> Instructions for the task
Extract all lines that hold "IFCPRODUCTDEFINITIONSHAPE" from the records below.

◆ ◆ ◆ ◆ ◆ ◆ ◆

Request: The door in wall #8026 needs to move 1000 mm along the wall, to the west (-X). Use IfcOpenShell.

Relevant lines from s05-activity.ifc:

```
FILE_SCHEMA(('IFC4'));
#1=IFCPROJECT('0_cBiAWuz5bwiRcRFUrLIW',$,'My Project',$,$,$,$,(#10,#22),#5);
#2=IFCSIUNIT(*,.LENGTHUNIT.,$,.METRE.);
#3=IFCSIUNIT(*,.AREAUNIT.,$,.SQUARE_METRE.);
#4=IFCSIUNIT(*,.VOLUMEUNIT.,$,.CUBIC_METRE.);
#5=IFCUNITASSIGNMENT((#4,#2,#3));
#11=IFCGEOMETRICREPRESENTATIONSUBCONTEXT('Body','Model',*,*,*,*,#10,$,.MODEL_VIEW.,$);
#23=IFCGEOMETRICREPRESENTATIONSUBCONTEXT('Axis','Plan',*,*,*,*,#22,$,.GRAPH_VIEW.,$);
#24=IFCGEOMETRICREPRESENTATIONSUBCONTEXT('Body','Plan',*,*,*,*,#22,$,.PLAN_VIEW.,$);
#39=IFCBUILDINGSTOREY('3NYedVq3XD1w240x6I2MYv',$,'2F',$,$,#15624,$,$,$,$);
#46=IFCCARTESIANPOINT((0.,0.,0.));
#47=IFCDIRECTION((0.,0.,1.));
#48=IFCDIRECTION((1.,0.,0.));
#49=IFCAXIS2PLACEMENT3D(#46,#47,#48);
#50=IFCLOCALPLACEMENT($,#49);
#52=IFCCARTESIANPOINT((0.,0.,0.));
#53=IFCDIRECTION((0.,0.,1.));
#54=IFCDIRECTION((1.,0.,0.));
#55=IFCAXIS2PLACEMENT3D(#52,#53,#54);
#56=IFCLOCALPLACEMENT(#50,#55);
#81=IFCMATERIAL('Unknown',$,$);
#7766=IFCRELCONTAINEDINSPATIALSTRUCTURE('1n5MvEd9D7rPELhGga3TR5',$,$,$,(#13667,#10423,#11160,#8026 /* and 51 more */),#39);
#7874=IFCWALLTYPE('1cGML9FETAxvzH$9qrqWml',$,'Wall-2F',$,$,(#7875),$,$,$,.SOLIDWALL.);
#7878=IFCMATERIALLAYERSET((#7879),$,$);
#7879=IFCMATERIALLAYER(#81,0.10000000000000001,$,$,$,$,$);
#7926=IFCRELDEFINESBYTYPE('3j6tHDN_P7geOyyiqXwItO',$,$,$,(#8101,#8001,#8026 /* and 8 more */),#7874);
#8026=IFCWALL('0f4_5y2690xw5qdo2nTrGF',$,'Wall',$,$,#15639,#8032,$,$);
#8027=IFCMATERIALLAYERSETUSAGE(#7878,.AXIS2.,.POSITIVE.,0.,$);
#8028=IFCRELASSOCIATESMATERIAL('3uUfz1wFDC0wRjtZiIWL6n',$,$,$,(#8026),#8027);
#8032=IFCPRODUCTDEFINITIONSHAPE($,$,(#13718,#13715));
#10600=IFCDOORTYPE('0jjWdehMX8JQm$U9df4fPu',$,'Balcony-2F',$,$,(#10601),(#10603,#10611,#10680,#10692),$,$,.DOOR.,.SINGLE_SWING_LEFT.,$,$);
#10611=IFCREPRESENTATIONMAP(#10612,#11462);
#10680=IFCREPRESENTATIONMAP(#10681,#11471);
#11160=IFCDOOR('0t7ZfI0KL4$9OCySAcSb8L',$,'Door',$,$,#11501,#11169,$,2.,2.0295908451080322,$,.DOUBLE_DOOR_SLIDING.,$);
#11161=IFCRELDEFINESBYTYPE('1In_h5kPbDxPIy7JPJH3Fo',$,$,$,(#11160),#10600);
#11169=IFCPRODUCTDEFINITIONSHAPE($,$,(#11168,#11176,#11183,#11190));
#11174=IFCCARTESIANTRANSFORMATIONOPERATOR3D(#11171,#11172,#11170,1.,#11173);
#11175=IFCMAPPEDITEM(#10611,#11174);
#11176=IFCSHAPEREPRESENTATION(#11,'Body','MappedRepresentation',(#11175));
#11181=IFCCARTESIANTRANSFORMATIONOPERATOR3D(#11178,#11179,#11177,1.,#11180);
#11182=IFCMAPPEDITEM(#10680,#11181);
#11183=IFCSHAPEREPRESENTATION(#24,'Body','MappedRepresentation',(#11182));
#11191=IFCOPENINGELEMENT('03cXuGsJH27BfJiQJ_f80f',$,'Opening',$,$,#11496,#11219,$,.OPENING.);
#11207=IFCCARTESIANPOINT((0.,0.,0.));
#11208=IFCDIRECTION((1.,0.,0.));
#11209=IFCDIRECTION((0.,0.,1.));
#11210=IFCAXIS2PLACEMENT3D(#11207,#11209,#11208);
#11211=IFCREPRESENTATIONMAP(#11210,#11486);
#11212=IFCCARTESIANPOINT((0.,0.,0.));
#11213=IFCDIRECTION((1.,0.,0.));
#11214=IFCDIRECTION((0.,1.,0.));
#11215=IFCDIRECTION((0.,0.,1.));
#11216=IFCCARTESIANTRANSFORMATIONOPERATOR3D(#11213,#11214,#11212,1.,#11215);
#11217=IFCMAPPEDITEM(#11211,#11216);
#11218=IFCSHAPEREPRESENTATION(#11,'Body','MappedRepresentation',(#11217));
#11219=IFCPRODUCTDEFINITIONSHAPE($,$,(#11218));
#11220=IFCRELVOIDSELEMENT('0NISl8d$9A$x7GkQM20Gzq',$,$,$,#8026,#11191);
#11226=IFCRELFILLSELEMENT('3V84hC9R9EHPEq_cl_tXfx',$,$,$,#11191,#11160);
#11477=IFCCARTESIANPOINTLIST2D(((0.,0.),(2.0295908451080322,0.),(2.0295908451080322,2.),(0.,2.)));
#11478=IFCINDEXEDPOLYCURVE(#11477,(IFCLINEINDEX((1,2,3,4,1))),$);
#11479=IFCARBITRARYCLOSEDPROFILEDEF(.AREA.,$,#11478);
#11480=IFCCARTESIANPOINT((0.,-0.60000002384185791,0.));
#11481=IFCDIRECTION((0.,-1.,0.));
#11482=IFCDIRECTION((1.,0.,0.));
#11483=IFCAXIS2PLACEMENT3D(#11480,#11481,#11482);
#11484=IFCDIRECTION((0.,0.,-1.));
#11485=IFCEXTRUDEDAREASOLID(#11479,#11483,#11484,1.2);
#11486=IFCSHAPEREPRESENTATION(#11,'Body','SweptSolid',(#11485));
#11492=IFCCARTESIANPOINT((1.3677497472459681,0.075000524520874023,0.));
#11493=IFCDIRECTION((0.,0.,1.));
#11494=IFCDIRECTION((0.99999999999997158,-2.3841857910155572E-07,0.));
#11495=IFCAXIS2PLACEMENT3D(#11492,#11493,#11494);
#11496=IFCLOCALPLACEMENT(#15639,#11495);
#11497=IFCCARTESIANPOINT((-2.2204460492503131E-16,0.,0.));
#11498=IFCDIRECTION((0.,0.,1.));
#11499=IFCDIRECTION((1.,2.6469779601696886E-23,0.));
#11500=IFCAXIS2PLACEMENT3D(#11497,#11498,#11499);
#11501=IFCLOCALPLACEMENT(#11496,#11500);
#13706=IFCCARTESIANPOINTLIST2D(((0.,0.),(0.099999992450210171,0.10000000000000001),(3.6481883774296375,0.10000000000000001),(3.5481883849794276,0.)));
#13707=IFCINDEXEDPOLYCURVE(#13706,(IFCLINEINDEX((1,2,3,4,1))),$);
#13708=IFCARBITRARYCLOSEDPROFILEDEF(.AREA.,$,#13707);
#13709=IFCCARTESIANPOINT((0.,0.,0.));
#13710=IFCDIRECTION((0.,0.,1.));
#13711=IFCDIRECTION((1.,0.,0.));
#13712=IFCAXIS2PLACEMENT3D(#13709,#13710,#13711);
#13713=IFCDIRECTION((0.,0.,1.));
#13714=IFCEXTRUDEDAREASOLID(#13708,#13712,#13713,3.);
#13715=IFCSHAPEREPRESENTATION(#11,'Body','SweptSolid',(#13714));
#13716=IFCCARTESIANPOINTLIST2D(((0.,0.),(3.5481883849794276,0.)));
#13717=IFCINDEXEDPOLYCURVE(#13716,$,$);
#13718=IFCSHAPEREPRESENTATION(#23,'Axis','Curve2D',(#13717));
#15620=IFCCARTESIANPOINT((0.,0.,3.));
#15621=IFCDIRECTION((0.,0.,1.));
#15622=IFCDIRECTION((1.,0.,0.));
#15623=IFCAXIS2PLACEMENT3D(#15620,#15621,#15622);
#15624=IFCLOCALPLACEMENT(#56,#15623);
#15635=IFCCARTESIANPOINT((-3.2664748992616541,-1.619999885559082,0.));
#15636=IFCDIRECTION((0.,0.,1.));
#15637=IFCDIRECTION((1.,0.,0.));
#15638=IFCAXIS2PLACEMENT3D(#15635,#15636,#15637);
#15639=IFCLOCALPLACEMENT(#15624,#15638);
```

```python
import ifcopenshell
import ifcopenshell.api.geometry
import ifcopenshell.util.placement
import ifcopenshell.util.unit

model = ifcopenshell.open("s05-activity.ifc")
unit_scale = ifcopenshell.util.unit.calculate_unit_scale(model)

door = model.by_guid("0t7ZfI0KL4$9OCySAcSb8L")
opening = door.FillsVoids[0].RelatingOpeningElement
wall = opening.VoidsElements[0].RelatingBuildingElement

wall_matrix = ifcopenshell.util.placement.get_local_placement(wall.ObjectPlacement)
shift = wall_matrix[:3, 0] * -1 / unit_scale
before = ifcopenshell.util.placement.get_local_placement(door.ObjectPlacement)[:3, 3].copy()

# The door is placed relative to its opening, so it follows when the opening moves.
matrix = ifcopenshell.util.placement.get_local_placement(opening.ObjectPlacement)
matrix[:3, 3] += shift
ifcopenshell.api.geometry.edit_object_placement(
    model, product=opening, matrix=matrix, is_si=False, should_transform_children=True
)

after = ifcopenshell.util.placement.get_local_placement(door.ObjectPlacement)[:3, 3]
print("door moved by", (after - before).round(3) + 0.0)

model.write("s05-activity_rev.ifc")
```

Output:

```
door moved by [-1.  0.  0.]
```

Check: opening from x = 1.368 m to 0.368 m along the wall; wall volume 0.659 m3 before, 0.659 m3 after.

◆ ◆ ◆ ◆ ◆ ◆ ◆

> Response
#8032=IFCPRODUCTDEFINITIONSHAPE($,$,(#13718,#13715));
#11169=IFCPRODUCTDEFINITIONSHAPE($,$,(#11168,#11176,#11183,#11190));
#11219=IFCPRODUCTDEFINITIONSHAPE($,$,(#11218));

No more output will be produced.